1 Is inflation good, bad or neutral?

Growth sounds good. It is hard to imagine a politician arguing against jobs. There are more people working in the field than ever before, and they are publishing more and more, and creating more and more value. Fortune 500 companies (e.g., Google, Apple, Amazon, Facebook, IBM) are paying attention to what we do. What could be wrong with that?

I worry that we are all under too much pressure to publish too much too quickly. (Whatever you measure you get.) Students are graduating these days with more publications than what used to be expected for tenure. So many people are publishing so much that no one has time to think great thoughts, or take time to learn about things that may not be directly relevant to the next publication. I recently attended a workshop where senior people were encouraging people to take more time to write better papers, and students were pushing back, explaining the current realities: publish (every month) or perish.

Fernando Pereira recently published a blog postFootnote 1 on the history of the field in response to a post by Yoav Goldberg.Footnote 2 I will bring the discussion back to growth rates shortly, but let me first mention a few highlights that resonate with some of my Emerging Trends pieces.
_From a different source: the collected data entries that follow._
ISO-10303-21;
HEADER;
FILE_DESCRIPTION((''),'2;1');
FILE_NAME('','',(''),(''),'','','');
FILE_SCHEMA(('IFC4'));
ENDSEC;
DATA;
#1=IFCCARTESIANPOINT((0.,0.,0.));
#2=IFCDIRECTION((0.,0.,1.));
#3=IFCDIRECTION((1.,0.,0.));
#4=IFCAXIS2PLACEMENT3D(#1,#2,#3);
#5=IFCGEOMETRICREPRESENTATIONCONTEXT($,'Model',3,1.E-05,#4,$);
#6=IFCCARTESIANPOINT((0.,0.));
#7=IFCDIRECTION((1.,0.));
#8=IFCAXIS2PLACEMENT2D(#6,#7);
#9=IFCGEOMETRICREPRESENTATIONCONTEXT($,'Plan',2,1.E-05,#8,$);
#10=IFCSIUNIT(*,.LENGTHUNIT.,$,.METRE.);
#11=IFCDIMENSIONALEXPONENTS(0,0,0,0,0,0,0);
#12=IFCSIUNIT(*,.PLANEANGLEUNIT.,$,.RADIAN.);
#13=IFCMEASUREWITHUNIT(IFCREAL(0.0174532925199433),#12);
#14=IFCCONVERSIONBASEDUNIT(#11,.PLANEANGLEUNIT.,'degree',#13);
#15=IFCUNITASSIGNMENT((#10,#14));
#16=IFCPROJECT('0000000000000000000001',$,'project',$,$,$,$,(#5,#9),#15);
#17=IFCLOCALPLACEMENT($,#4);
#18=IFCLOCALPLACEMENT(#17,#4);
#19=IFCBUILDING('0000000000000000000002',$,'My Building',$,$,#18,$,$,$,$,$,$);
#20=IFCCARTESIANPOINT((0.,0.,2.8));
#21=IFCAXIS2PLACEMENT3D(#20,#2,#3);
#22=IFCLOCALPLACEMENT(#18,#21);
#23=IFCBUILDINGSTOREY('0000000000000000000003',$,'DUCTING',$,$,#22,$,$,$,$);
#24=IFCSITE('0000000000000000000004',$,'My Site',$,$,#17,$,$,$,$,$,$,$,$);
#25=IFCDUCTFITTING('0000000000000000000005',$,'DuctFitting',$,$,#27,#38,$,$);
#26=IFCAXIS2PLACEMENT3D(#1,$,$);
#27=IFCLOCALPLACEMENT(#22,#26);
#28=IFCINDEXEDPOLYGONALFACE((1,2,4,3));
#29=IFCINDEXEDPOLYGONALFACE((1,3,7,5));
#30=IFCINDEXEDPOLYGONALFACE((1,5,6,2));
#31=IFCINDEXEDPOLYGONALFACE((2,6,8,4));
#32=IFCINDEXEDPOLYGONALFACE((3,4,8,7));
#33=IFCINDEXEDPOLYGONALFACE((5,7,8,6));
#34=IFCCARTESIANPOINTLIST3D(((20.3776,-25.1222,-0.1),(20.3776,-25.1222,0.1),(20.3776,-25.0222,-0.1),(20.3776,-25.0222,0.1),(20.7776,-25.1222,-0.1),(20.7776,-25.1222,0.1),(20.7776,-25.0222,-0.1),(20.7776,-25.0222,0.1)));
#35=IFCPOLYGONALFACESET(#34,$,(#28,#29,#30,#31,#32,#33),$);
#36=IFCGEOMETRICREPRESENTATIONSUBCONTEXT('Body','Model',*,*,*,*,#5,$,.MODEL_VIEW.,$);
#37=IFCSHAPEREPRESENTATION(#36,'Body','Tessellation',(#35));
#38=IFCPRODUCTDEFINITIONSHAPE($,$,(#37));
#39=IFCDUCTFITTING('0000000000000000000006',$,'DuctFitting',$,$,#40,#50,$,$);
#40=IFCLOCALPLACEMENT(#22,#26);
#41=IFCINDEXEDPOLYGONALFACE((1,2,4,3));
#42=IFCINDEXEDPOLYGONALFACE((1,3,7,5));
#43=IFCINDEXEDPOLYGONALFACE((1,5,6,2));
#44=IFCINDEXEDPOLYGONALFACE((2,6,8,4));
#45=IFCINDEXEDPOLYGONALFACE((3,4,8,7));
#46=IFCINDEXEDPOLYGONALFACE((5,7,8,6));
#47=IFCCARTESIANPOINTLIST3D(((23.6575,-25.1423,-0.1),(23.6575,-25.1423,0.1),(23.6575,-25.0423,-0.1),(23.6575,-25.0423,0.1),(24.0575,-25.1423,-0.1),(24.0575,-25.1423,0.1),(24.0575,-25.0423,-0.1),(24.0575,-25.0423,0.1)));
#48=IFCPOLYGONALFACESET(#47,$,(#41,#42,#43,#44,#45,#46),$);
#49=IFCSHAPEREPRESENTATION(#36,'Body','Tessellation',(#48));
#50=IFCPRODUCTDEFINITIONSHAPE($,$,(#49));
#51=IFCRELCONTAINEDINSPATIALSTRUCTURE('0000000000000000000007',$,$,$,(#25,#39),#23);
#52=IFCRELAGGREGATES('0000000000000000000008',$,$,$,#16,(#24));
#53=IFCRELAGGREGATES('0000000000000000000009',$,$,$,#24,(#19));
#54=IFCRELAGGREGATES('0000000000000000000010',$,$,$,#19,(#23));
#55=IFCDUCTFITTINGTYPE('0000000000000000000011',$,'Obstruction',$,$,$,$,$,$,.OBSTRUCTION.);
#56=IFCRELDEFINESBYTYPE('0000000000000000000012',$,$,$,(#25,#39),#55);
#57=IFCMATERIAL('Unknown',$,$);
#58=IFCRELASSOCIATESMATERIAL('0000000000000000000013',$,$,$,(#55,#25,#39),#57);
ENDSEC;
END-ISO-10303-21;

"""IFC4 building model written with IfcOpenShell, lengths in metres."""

from ifc_helpers import new_model, entity, si_unit, converted_unit, frame, origin_with_axes, origin_2d_with_axis, place, context, subcontext, project, spatial, rectangle, extrude, material, material_profile, profile_set, profile_usage, type_object, element, save


model = new_model("IFC4")

# Units and contexts
model_context = context("Model", 3, precision=1e-05, world=origin_with_axes())
plan_context = context("Plan", 2, precision=1e-05, world=origin_2d_with_axis())
body_context = subcontext(model_context, "Body", "Model", "MODEL_VIEW")
ifc_project = project(units=[si_unit("LENGTHUNIT", "METRE"), converted_unit("PLANEANGLEUNIT", "degree", entity("IfcReal", 0.0174532925199433), si_unit("PLANEANGLEUNIT", "RADIAN"), dimensions=[0, 0, 0, 0, 0, 0, 0])], contexts=[model_context, plan_context])

# Site, building, storey
site_placement = place(None, origin_with_axes())
site = spatial("IfcSite", under=ifc_project, at=site_placement, Name="My Site")
building_placement = place(site_placement, origin_with_axes())
building = spatial("IfcBuilding", under=site, at=building_placement, Name="My Building")
storey_placement = place(building_placement, frame((0.0, 0.0, 2.8), z_axis=(0.0, 0.0, 1.0), x_axis=(1.0, 0.0, 0.0)))
storey = spatial("IfcBuildingStorey", under=building, at=storey_placement, Name="DUCTING")

# Shared definitions
ifc_material = material(Name="Unknown")

# Duct fittings
ifc_material_profile_1 = material_profile(ifc_material, rectangle(XDim=0.4, YDim=0.2))
ifc_profile_set_1 = profile_set([ifc_material_profile_1])
duct_fitting_type_1 = type_object("IfcDuctFittingType", Name="Obstruction", PredefinedType="OBSTRUCTION", material=ifc_profile_set_1)
ifc_profile_usage_1 = profile_usage(ifc_profile_set_1, cardinal=5)
duct_fitting_1_placement = place(storey_placement, frame((20.5776, -25.1222, 0.0), z_axis=(0.0, 1.0, 0.0), x_axis=(-1.0, 0.0, 0.0)))
element("IfcDuctFitting", 1, at=duct_fitting_1_placement, inside=storey, type_object=duct_fitting_type_1, material=ifc_profile_usage_1, Name="DuctFitting", context=body_context, shape_type="SweptSolid", body=[
    extrude(rectangle(XDim=0.4, YDim=0.2), origin_with_axes(), (0.0, 0.0, 1.0), 0.1),
])
ifc_profile_usage_2 = profile_usage(ifc_profile_set_1, cardinal=5)
duct_fitting_2_placement = place(storey_placement, frame((23.8575, -25.1423, 0.0), z_axis=(0.0, 1.0, 0.0), x_axis=(-1.0, 0.0, 0.0)))
element("IfcDuctFitting", 2, at=duct_fitting_2_placement, inside=storey, type_object=duct_fitting_type_1, material=ifc_profile_usage_2, Name="DuctFitting", context=body_context, shape_type="SweptSolid", body=[
    extrude(rectangle(XDim=0.4, YDim=0.2), origin_with_axes(), (0.0, 0.0, 1.0), 0.1),
])

save(model, "model.ifc")
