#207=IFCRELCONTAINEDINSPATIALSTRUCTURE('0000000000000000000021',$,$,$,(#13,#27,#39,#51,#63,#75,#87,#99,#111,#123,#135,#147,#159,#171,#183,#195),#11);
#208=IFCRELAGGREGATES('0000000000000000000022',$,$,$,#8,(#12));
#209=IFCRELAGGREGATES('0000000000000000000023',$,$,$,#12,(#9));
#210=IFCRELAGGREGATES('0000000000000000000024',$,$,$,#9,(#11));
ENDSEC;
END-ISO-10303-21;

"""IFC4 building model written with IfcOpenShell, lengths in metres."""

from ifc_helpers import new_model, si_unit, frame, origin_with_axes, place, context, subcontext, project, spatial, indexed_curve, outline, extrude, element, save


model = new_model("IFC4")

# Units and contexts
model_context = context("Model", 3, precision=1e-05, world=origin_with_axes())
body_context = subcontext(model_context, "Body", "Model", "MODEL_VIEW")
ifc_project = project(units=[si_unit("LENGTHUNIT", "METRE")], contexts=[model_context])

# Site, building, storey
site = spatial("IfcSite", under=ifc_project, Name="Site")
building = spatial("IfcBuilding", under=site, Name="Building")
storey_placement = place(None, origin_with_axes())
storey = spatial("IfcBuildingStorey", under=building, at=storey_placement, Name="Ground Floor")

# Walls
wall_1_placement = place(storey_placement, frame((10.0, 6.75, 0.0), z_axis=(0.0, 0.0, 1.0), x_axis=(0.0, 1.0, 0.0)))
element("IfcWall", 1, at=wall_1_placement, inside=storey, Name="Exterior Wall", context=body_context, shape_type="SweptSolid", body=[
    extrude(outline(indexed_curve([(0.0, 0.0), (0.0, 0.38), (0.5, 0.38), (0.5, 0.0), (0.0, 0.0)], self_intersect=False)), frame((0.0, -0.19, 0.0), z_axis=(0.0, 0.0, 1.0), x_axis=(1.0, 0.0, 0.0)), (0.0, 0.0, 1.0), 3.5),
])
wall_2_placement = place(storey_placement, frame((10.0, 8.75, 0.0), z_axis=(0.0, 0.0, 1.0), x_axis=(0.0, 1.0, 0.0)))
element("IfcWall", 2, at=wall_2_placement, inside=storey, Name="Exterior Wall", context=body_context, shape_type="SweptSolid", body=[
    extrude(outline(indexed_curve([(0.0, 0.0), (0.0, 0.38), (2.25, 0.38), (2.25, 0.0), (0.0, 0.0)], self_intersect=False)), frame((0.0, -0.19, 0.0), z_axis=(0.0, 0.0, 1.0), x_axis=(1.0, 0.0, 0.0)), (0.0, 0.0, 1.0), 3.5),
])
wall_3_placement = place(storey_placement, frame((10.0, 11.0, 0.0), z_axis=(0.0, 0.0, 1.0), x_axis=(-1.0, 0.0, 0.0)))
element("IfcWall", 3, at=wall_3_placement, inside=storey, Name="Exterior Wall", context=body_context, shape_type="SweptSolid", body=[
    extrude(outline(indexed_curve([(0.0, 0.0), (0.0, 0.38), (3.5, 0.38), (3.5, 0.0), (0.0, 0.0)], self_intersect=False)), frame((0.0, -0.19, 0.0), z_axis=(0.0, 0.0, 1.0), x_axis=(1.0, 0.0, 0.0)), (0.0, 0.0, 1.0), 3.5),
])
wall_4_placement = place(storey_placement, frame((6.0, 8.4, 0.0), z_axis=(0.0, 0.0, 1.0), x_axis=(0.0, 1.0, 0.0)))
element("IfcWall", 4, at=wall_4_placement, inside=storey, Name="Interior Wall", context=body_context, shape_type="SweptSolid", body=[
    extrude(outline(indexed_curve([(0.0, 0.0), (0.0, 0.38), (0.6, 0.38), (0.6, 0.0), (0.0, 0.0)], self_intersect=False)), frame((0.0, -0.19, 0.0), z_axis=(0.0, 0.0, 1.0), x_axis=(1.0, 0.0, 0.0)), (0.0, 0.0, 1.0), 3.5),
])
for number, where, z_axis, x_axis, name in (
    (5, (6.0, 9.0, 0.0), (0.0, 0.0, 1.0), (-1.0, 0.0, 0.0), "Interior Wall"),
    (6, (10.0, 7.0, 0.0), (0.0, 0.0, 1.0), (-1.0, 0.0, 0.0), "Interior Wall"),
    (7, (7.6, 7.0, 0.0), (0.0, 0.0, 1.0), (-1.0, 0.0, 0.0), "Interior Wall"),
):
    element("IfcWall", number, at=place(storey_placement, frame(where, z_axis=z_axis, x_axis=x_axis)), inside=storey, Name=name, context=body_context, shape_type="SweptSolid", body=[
Yoav Goldberg started the discussion by complaining about a particular arXiv paper, and more broadly about a tendency for certain ‘deep learning’ papers to overstate results in areas that they do not know much about. I will not talk about the particular paper in question, but we have all been frustrated by papers that claim to have more than they have, and disrespect a field with a lack of knowledge/appreciation for the background literature. I agree that it is ok to reject the classics, but not without reading them.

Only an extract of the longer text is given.